The WHO taskforce which visited China has released its full report:
https://www.who.int/docs/default-so...na-joint-mission-on-covid-19-final-report.pdf
Really interesting. The main point: it can be contained by effective and proactive action to detect, diagnose and isolate cases.
- Transmission within households and via person-to-person contact, not though the air. Good! An explanation for why social isolation-type measures have been very effective for containment.
- No signs of transmission from children to adults. Good!
- Infection of HCW's appears to derive mainly from the same household setting, not from hospitals. Good!
- Asympotamtic cases appear to be very rare. Asymptomatic people testing positive generally went on to develop symptoms. Good!
- The same 80%+ "mild" symptoms as reported previously. "Severe" at 6% a tad higher than the previously reported 5%.
- Mean incubation period 5-6 days, range 1-14 days.
- Similar risk profile for severe cases as reported previously: older, prior health conditions; children rarely.

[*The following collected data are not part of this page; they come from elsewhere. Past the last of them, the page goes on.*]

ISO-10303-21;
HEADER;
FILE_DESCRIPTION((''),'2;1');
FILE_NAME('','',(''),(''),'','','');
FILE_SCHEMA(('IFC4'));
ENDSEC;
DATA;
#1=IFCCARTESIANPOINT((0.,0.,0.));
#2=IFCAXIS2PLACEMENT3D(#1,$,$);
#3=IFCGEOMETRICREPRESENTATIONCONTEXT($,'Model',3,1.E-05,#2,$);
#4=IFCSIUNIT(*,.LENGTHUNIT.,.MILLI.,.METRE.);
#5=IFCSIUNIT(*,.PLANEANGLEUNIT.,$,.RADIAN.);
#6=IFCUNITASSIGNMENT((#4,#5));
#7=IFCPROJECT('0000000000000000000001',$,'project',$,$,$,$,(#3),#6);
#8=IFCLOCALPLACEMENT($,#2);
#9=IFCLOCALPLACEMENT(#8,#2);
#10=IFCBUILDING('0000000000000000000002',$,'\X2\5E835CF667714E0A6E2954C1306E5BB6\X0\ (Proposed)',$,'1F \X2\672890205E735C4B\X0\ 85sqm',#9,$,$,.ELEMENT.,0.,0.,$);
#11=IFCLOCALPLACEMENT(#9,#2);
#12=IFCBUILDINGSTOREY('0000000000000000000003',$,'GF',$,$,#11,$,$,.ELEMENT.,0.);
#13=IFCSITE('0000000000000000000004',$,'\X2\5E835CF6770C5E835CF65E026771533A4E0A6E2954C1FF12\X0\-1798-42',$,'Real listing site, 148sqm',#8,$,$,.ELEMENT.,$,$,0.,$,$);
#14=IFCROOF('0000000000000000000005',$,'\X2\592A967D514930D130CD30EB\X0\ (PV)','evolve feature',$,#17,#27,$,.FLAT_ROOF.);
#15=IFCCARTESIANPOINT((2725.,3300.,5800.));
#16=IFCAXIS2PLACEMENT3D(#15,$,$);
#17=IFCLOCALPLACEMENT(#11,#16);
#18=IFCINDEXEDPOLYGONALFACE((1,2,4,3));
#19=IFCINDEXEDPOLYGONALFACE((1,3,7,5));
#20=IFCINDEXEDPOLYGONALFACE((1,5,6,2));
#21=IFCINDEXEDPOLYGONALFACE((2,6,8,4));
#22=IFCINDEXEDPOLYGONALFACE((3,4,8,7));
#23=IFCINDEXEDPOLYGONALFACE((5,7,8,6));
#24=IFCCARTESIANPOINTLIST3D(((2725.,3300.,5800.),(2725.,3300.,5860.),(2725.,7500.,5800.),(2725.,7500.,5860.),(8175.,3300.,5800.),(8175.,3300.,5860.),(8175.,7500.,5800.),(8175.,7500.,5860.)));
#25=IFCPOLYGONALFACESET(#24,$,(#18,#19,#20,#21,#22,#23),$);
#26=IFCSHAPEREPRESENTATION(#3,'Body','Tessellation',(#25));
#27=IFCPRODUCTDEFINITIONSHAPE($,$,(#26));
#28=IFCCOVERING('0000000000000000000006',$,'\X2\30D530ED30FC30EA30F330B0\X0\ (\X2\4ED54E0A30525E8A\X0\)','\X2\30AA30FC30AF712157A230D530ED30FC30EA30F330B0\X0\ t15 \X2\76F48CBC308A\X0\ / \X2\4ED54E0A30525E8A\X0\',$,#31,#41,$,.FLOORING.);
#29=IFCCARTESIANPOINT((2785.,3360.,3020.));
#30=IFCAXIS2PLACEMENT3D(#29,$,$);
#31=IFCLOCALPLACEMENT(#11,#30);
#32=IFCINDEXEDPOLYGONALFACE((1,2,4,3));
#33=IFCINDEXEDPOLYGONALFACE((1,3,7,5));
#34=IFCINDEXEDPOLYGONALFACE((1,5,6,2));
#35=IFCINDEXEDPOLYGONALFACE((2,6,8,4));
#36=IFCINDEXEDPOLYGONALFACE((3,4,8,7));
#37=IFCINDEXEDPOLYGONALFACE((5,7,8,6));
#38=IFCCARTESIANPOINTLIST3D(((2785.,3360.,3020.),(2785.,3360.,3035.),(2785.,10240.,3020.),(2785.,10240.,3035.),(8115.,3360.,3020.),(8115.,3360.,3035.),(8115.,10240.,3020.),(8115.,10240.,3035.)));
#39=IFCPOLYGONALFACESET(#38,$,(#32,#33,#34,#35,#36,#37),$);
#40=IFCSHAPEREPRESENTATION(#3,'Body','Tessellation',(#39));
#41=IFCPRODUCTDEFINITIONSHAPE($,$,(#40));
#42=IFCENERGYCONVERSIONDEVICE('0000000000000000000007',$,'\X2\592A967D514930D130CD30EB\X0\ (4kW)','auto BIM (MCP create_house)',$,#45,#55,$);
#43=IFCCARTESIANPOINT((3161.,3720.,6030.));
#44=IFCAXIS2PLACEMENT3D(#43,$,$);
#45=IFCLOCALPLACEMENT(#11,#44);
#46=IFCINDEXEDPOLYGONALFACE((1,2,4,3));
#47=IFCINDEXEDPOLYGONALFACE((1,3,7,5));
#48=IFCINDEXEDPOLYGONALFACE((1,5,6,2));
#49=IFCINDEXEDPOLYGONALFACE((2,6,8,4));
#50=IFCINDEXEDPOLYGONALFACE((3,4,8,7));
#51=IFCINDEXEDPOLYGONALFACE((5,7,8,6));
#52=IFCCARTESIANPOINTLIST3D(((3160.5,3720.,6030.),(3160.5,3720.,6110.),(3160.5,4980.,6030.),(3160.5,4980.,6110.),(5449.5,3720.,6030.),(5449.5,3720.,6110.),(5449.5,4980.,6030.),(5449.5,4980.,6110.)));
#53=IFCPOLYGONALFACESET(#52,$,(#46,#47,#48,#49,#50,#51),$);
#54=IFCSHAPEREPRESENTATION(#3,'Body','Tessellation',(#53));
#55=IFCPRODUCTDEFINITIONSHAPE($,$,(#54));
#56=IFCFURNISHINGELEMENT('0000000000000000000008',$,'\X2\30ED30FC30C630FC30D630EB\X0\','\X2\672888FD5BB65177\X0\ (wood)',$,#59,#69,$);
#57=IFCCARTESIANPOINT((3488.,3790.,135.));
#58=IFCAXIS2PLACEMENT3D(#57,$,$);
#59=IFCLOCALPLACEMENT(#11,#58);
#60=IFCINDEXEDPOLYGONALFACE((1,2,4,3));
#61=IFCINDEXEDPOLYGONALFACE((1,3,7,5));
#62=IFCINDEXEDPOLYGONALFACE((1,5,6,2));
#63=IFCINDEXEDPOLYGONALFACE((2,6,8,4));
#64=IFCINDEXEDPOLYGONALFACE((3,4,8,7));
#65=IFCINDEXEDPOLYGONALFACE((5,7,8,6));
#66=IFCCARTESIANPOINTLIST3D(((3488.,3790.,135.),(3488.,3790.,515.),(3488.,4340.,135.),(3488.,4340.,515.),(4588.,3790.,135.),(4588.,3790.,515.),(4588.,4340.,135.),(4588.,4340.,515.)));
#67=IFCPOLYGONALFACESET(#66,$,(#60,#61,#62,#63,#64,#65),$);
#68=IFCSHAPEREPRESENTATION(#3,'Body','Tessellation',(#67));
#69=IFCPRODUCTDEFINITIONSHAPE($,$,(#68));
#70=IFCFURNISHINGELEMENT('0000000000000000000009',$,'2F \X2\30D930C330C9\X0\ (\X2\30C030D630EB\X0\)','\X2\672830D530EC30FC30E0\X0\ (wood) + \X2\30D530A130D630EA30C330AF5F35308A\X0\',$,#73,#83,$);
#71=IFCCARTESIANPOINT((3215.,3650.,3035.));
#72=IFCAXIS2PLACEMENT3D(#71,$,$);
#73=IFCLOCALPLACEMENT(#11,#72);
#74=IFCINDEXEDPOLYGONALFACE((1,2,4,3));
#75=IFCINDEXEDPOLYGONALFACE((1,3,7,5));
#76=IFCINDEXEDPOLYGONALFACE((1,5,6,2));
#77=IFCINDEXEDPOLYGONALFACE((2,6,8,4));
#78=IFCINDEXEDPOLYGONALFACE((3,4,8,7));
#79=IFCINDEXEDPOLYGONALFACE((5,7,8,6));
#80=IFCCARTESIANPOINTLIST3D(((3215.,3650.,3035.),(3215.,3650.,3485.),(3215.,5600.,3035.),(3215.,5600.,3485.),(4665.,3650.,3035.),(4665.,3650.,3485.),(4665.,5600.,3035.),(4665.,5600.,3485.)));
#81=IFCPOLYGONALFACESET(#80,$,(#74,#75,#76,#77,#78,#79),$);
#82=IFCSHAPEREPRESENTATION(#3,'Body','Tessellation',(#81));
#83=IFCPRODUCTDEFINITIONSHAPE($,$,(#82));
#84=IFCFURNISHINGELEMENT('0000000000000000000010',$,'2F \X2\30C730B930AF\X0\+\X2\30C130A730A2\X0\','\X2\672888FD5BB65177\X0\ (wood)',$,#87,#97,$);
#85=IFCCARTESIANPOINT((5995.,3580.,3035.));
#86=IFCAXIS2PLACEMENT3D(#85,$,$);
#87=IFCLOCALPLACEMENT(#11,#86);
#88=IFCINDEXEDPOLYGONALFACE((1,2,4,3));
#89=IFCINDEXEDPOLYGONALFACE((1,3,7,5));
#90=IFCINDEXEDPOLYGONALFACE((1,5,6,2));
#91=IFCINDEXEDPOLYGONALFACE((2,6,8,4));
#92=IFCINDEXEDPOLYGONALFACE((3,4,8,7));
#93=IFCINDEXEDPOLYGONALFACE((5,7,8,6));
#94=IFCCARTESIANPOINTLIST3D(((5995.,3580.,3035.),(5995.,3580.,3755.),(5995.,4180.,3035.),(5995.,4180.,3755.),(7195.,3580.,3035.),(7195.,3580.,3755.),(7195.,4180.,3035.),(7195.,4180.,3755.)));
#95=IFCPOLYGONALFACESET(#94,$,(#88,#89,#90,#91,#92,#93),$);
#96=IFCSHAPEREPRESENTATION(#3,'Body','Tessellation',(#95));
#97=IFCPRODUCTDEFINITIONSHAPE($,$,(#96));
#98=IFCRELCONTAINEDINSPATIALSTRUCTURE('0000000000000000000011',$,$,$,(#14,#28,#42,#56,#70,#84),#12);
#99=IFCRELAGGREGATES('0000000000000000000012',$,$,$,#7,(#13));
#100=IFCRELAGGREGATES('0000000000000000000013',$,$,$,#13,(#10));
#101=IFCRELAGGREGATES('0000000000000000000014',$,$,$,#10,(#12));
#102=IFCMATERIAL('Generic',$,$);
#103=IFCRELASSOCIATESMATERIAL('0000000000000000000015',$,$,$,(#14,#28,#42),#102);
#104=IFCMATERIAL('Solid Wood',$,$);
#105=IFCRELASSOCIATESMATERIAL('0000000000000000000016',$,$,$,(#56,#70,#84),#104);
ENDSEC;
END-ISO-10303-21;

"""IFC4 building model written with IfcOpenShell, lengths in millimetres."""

from ifc_helpers import new_model, si_unit, frame, frame_2d, origin, place, context, project, spatial, rectangle, extrude, material, element, save


model = new_model("IFC4")

# Units and contexts
model_context = context("Model", 3, precision=1e-05, world=origin())
ifc_project = project(units=[si_unit("LENGTHUNIT", "METRE", prefix="MILLI"), si_unit("PLANEANGLEUNIT", "RADIAN")], contexts=[model_context])

# Site, building, storey
site_placement = place(None, origin())
site = spatial("IfcSite", under=ifc_project, at=site_placement, Name="広島県広島市東区上温品２-1798-42", ObjectType="Real listing site, 148sqm", CompositionType="ELEMENT", RefElevation=0.0)
building_placement = place(site_placement, origin())
building = spatial("IfcBuilding", under=site, at=building_placement, Name="広島東上温品の家 (Proposed)", ObjectType="1F 木造平屋 85sqm", CompositionType="ELEMENT", ElevationOfRefHeight=0.0, ElevationOfTerrain=0.0)
storey_placement = place(building_placement, origin())
storey = spatial("IfcBuildingStorey", under=building, at=storey_placement, Name="GF", CompositionType="ELEMENT", Elevation=0.0)

# Shared definitions
ifc_material_1 = material(Name="Solid Wood")

# Shared definitions
ifc_material_2 = material(Name="Generic")

# Roof
roof_1_placement = place(storey_placement, frame((2725.0, 3300.0, 5800.0)))
element("IfcRoof", 1, at=roof_1_placement, inside=storey, material=ifc_material_2, Name="太陽光パネル (PV)", Description="evolve feature", PredefinedType="FLAT_ROOF", context=model_context, shape_type="SweptSolid", body=[
    extrude(rectangle(XDim=5450.0, YDim=4200.0, at=frame_2d((2725.0, 2100.0))), frame((2725.0, 3300.0, 5800.0)), (0.0, 0.0, 1.0), 60.0),
])

# Covering
covering_placement = place(storey_placement, frame((2785.0, 3360.0, 3020.0)))
element("IfcCovering", 2, at=covering_placement, inside=storey, material=ifc_material_2, Name="フローリング (仕上げ床)", Description="オーク無垢フローリング t15 直貼り / 仕上げ床", PredefinedType="FLOORING", context=model_context, shape_type="SweptSolid", body=[
    extrude(rectangle(XDim=5330.0, YDim=6880.0, at=frame_2d((2665.0, 3440.0))), frame((2785.0, 3360.0, 3020.0)), (0.0, 0.0, 1.0), 15.0),
])

# Energy conversion device
energy_conversion_device_placement = place(storey_placement, frame((3161.0, 3720.0, 6030.0)))
element("IfcEnergyConversionDevice", 3, at=energy_conversion_device_placement, inside=storey, material=ifc_material_2, Name="太陽光パネル (4kW)", Description="auto BIM (MCP create_house)", context=model_context, shape_type="SweptSolid", body=[
    extrude(rectangle(XDim=2289.0, YDim=1260.0, at=frame_2d((1144.0, 630.0))), frame((3161.0, 3720.0, 6030.0)), (0.0, 0.0, 1.0), 80.0),
])

# Furnishing elements
furnishing_1_placement = place(storey_placement, frame((3488.0, 3790.0, 135.0)))
element("IfcFurnishingElement", 4, at=furnishing_1_placement, inside=storey, material=ifc_material_1, Name="ローテーブル", Description="木製家具 (wood)", context=model_context, shape_type="SweptSolid", body=[
    extrude(rectangle(XDim=1100.0, YDim=550.0, at=frame_2d((550.0, 275.0))), frame((3488.0, 3790.0, 135.0)), (0.0, 0.0, 1.0), 380.0),
])
furnishing_2_placement = place(storey_placement, frame((3215.0, 3650.0, 3035.0)))
element("IfcFurnishingElement", 5, at=furnishing_2_placement, inside=storey, material=ifc_material_1, Name="2F ベッド (ダブル)", Description="木フレーム (wood) + ファブリック張り", context=model_context, shape_type="SweptSolid", body=[
    extrude(rectangle(XDim=1450.0, YDim=1950.0, at=frame_2d((725.0, 975.0))), frame((3215.0, 3650.0, 3035.0)), (0.0, 0.0, 1.0), 450.0),
])
furnishing_3_placement = place(storey_placement, frame((5995.0, 3580.0, 3035.0)))
element("IfcFurnishingElement", 6, at=furnishing_3_placement, inside=storey, material=ifc_material_1, Name="2F デスク+チェア", Description="木製家具 (wood)", context=model_context, shape_type="SweptSolid", body=[
    extrude(rectangle(XDim=1200.0, YDim=600.0, at=frame_2d((600.0, 300.0))), frame((5995.0, 3580.0, 3035.0)), (0.0, 0.0, 1.0), 720.0),
])

save(model, "model.ifc")
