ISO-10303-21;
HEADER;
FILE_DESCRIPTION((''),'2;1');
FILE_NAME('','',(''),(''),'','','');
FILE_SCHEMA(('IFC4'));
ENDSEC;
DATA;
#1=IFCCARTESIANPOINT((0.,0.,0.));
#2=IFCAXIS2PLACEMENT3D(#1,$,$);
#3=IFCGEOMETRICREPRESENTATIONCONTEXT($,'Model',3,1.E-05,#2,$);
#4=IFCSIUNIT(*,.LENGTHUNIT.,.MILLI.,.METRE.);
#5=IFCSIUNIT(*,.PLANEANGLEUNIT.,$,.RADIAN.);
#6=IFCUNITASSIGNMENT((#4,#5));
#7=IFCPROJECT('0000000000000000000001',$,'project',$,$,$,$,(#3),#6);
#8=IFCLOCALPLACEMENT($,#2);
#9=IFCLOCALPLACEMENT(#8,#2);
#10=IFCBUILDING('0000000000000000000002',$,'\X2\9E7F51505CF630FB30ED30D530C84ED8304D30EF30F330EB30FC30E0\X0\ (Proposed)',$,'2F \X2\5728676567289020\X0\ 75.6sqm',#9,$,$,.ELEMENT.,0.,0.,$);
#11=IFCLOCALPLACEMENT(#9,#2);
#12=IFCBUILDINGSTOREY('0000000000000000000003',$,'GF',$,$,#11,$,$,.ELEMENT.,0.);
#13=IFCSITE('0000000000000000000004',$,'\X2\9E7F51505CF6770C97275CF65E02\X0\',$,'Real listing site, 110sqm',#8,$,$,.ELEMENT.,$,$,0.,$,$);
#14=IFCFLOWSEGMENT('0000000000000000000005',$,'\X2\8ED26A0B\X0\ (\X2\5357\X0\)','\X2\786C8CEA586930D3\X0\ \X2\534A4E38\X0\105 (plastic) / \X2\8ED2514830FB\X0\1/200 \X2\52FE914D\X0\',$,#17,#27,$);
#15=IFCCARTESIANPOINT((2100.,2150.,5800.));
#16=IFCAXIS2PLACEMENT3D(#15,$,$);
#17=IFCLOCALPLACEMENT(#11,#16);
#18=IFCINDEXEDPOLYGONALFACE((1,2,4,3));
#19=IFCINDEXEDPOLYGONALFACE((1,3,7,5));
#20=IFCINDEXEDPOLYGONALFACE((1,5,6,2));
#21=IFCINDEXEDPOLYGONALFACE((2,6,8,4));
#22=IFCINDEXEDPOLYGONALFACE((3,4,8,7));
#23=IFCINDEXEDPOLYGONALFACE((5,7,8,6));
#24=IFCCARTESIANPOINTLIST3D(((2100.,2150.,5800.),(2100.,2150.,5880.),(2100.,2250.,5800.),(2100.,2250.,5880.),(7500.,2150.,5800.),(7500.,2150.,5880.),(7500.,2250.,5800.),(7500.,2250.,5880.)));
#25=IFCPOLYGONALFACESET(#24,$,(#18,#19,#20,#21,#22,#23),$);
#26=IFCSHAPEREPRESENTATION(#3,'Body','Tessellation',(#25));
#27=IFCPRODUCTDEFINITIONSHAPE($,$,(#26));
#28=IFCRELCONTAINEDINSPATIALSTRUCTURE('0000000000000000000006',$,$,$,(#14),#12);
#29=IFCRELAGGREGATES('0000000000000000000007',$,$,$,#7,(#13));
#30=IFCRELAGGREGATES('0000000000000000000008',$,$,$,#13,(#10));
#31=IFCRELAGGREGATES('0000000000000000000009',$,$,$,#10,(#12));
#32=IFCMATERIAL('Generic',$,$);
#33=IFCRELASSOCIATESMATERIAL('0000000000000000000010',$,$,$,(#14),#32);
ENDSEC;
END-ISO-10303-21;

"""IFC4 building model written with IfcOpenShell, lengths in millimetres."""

from ifc_helpers import new_model, si_unit, frame, frame_2d, origin, place, context, project, spatial, rectangle, extrude, material, element, save


model = new_model("IFC4")

# Units and contexts
model_context = context("Model", 3, precision=1e-05, world=origin())
ifc_project = project(units=[si_unit("LENGTHUNIT", "METRE", prefix="MILLI"), si_unit("PLANEANGLEUNIT", "RADIAN")], contexts=[model_context])

# Site, building, storey
site_placement = place(None, origin())
site = spatial("IfcSite", under=ifc_project, at=site_placement, Name="鹿児島県霧島市", ObjectType="Real listing site, 110sqm", CompositionType="ELEMENT", RefElevation=0.0)
building_placement = place(site_placement, origin())
building = spatial("IfcBuilding", under=site, at=building_placement, Name="鹿児島・ロフト付きワンルーム (Proposed)", ObjectType="2F 在来木造 75.6sqm", CompositionType="ELEMENT", ElevationOfRefHeight=0.0, ElevationOfTerrain=0.0)
storey_placement = place(building_placement, origin())
storey = spatial("IfcBuildingStorey", under=building, at=storey_placement, Name="GF", CompositionType="ELEMENT", Elevation=0.0)

# Flow segment
ifc_material_1 = material(Name="Generic")
flow_segment_placement = place(storey_placement, frame((2100.0, 2150.0, 5800.0)))
element("IfcFlowSegment", 1, at=flow_segment_placement, inside=storey, material=ifc_material_1, Name="軒樋 (南)", Description="硬質塩ビ 半丸105 (plastic) / 軒先・1/200 勾配", context=model_context, shape_type="SweptSolid", body=[
    extrude(rectangle(XDim=5400.0, YDim=100.0, at=frame_2d((2700.0, 50.0))), frame((2100.0, 2150.0, 5800.0)), (0.0, 0.0, 1.0), 80.0),
])

save(model, "model.ifc")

- CFR's in ground-zero Wuhan dramatically and quickly declining: started at 20%+, now down to 0.7% with evolving care standards. Kudos to China!
Chart illustrates:
- Among severe cases, 13% have died - much better than previous reports. One hospital reporting 26% of "severe" case recovered and 46% improved to "mild" or "moderate".
- Task Force says: "China has rolled out perhaps the most ambitious, agile and aggressive containment effort in history".
- "This decline in COVID cases across China is real" [2,478 new cases on the day just before the Task Force started, 409 on its last day.]
- Global community needs to get its act together and follow China's lead: extremely proactive surveillance, very rapid diagnosis and immediate isolation, rigorous tracking and quarantine of close contacts, exceptionally high population level of understanding and compliance.
- And it needs to do this quickly: the thing spreads "with astonishing speed".